De mythe van het bankgeheim doorprikt – De rechter kan

advertisement
De mythe van het bankgeheim doorprikt
De rechter kan niet opheffen wat er niet is!
In tegenstelling met wat alle kranten schrijven heft de Gentse Rechtbank het bankgeheim van
de KBC niet op! De rechter bevestigt in het spraakmakend vonnis van 26 november 2003
alleen maar dat de fiscus het bankgeheim voordien terecht heeft doorbroken. De financiële
wereld staat op stelten en roept verbouwereerd dat de rechter te ver is gegaan. Komt die
ontzetting niet als vijgen na pasen? Trends publiceerde immers al in 2000 dat het Belgisch
bankgeheim eigenlijk maar een illusie is en niet de bescherming biedt dat men ervan zou
verwachten (Trends, oktober 2000).
Een stand van zaken. In het fiscaal wetboek staat een procedure beschreven waarmee de
fiscus het bankgeheim kan opheffen indien er aanwijzingen zijn van bijzondere fraude
mechanismen. De wet voorziet in die procedure zodat de fiscus zijn werk kan doen (relevante
inlichtingen verzamelen) om de wettelijk verschuldigde belastingen te innen. In de specifieke
zaak van de KBC die voor de Gentse Rechtbank werd beslecht meende de fiscus dat er
voldoende aanwijzingen van fraude aanwezig waren en werd, overeenkomstig de wettelijke
bepalingen, door de Centrale Administratie machtiging verleend aan de controle diensten om
een bankonderzoek te voeren. In toepassing van die wettelijke doorbraak van het bankgeheim
stelde de fiscus verschillende vragen om inlichtingen aan de bank. Het ging voornamelijk om
inlichtingen die dienden toe te laten om na te gaan of de vrijstelling van roerende voorheffing
correct was toegekend. Daarnaast werd de historiek van de rekeningen van de betrokken
klanten gevraagd over de periode van 1996 tot 1998. De bank weigerde daarop te antwoorden.

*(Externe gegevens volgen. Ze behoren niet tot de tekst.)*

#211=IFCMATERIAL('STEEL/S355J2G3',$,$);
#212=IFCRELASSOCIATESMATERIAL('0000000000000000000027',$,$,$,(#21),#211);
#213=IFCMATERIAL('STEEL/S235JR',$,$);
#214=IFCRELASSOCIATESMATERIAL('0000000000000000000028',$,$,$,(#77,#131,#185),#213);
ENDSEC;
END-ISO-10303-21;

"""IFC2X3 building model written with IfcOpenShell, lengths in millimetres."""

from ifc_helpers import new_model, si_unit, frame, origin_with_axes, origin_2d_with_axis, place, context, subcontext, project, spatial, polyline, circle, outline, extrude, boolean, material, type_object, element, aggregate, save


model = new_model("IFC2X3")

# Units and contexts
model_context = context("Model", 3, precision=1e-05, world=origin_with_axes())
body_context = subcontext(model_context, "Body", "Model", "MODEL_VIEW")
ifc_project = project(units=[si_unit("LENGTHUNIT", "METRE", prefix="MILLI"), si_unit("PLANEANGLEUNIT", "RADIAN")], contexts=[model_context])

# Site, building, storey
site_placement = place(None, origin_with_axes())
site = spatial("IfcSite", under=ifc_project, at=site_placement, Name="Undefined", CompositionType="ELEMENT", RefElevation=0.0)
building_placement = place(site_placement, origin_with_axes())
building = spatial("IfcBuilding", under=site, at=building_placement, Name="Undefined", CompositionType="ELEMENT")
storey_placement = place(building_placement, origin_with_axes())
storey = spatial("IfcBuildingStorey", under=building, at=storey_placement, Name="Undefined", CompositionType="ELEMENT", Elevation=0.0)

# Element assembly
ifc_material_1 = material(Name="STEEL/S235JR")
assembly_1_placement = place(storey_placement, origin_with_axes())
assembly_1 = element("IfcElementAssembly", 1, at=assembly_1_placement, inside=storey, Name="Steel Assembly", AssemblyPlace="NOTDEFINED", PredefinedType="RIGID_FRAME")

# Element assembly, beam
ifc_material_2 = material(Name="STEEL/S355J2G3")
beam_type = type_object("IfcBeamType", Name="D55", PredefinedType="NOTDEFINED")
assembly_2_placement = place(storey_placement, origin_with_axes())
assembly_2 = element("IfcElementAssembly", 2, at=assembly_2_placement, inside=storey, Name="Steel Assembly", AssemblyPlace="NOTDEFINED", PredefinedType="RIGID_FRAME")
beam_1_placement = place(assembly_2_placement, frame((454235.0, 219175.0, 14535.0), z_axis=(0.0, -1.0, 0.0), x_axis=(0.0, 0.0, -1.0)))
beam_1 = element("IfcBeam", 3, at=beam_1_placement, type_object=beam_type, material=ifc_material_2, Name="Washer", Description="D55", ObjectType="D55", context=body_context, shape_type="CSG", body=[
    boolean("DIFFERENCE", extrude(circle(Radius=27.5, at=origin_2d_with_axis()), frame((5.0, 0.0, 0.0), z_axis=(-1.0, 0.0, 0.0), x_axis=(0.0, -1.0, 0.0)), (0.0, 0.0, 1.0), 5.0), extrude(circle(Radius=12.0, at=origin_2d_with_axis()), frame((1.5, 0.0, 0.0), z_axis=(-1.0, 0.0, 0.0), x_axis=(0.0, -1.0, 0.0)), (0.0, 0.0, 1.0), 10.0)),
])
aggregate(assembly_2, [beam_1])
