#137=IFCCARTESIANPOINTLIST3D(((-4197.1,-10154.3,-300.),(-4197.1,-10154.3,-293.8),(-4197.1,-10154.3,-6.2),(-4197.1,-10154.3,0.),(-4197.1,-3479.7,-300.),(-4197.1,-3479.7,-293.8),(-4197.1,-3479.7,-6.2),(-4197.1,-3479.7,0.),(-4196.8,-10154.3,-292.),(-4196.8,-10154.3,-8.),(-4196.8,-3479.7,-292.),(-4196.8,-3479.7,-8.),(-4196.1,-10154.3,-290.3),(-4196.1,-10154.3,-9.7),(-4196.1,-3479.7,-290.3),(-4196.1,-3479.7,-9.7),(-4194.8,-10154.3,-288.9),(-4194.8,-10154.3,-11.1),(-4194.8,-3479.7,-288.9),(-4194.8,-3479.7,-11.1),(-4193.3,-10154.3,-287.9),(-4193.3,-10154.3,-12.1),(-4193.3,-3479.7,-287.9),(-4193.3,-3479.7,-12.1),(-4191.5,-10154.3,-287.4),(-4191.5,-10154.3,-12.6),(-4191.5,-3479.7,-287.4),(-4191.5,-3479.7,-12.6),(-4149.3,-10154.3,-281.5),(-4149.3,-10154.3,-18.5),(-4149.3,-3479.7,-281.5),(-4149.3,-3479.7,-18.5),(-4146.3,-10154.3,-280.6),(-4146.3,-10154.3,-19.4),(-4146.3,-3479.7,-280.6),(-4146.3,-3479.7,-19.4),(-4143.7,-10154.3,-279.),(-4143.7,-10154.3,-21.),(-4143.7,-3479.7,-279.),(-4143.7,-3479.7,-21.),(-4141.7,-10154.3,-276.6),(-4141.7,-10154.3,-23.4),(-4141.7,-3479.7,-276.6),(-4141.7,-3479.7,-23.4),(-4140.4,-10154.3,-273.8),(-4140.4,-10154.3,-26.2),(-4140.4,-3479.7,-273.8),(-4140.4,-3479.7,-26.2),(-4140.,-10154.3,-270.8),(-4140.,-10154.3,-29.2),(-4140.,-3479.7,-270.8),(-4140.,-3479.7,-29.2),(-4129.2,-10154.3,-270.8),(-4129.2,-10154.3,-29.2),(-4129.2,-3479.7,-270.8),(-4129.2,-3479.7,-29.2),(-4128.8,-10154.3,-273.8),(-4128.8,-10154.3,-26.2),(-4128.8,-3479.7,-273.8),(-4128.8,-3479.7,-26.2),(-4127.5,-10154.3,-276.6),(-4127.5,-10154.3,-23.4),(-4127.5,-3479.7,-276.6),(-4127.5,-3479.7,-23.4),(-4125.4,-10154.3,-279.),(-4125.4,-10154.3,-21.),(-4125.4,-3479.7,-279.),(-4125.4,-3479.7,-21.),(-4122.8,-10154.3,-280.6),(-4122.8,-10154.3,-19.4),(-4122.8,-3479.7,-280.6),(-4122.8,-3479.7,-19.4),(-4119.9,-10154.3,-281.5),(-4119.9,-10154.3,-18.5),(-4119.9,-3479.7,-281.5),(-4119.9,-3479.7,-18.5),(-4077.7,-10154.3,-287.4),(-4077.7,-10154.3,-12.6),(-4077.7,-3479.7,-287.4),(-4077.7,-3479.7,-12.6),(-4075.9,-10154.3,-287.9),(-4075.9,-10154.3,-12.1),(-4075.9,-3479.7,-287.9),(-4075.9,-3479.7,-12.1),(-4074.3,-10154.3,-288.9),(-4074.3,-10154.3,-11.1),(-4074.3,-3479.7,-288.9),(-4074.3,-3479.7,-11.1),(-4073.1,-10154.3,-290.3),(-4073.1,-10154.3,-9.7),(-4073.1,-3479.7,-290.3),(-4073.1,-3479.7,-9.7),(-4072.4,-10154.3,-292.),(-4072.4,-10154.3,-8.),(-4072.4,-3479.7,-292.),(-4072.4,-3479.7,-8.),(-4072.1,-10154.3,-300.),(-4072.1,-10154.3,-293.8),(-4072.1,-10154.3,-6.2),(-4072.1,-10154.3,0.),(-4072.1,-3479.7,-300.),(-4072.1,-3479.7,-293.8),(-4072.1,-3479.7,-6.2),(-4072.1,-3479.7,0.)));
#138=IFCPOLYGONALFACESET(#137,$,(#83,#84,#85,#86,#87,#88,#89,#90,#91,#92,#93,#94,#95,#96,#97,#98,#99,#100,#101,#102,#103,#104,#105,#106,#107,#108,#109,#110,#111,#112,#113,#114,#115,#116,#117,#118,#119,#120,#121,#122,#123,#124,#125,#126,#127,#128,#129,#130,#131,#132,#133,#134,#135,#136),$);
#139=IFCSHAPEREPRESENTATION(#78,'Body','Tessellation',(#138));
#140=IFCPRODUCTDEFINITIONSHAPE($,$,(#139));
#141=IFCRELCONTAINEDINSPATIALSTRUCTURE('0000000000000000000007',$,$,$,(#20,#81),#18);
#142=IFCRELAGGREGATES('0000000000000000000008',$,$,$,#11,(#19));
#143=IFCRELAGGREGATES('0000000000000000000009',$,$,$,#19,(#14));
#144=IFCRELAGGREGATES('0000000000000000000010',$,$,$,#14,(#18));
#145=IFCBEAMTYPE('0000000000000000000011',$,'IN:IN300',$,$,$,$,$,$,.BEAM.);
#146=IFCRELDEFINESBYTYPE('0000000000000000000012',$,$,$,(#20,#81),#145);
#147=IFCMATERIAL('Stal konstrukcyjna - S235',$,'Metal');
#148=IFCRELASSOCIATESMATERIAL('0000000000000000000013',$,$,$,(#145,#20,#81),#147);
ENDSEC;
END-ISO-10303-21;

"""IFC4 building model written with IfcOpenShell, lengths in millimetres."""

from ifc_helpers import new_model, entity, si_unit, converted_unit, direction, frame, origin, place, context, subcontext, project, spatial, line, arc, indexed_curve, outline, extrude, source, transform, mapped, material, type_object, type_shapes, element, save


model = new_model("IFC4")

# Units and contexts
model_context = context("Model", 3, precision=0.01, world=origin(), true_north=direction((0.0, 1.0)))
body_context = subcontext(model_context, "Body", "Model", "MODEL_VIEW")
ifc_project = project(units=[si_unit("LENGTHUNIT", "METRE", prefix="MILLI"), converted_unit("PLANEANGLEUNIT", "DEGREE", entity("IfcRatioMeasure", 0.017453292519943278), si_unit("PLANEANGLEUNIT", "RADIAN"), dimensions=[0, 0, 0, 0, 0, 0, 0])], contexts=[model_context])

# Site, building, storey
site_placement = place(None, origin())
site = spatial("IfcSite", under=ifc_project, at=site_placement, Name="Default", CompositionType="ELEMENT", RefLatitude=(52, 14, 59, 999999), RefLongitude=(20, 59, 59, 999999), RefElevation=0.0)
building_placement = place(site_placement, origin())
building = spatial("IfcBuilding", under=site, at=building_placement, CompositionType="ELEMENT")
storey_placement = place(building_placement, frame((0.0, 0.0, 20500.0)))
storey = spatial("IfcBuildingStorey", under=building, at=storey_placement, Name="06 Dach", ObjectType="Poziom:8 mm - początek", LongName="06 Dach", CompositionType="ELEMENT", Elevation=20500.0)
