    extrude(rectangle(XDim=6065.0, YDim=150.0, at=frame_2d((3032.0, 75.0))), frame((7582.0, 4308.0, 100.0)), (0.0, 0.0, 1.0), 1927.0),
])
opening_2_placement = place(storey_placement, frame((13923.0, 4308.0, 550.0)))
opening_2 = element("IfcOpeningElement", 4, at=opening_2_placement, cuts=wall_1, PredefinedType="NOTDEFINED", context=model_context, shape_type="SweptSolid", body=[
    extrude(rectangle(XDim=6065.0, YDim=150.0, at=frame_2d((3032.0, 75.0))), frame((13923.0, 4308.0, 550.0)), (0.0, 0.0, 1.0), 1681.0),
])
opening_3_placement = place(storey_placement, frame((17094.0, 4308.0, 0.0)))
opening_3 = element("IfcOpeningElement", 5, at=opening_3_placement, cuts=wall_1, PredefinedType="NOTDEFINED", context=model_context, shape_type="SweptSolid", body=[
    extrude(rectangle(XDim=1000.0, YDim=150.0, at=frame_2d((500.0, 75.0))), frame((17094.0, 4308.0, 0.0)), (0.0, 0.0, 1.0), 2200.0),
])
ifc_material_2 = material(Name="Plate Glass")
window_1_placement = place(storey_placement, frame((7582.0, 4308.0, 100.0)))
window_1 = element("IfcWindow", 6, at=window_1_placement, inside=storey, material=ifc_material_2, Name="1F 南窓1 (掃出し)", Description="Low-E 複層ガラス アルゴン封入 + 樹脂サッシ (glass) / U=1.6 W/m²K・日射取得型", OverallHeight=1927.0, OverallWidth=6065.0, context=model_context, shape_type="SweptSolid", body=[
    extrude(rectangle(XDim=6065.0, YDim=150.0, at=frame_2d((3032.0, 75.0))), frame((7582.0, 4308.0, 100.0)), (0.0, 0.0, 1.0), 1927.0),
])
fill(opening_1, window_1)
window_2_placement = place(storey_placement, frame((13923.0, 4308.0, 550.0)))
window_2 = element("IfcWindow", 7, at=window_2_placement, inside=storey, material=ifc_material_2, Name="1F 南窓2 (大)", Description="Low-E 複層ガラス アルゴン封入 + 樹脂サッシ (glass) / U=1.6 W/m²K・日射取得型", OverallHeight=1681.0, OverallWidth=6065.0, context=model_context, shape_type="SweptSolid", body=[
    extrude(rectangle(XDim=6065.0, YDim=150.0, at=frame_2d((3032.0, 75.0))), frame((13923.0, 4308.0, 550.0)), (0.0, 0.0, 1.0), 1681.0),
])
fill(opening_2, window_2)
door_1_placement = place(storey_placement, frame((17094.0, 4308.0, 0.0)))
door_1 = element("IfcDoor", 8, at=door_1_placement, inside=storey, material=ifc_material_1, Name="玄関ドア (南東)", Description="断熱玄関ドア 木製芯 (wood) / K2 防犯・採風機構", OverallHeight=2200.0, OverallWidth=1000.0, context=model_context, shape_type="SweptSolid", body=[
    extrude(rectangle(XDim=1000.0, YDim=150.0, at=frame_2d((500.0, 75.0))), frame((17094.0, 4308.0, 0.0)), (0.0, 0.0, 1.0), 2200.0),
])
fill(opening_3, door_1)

Voor de Rechtbank werd de betwisting uitgevochten of de bank zich al dan niet moest
neerleggen bij de opheffing van het bankgeheim vanwege de fiscus.
De rechter beveelt in zijn uitgebreid gemotiveerd vonnis dat de bank dus wel moet
antwoorden op de door de fiscus gestelde vragen. Hij oordeelt met andere woorden dat de
fiscus het bankgeheim in overeenstemming met de wettelijke bepalingen heeft opgeheven.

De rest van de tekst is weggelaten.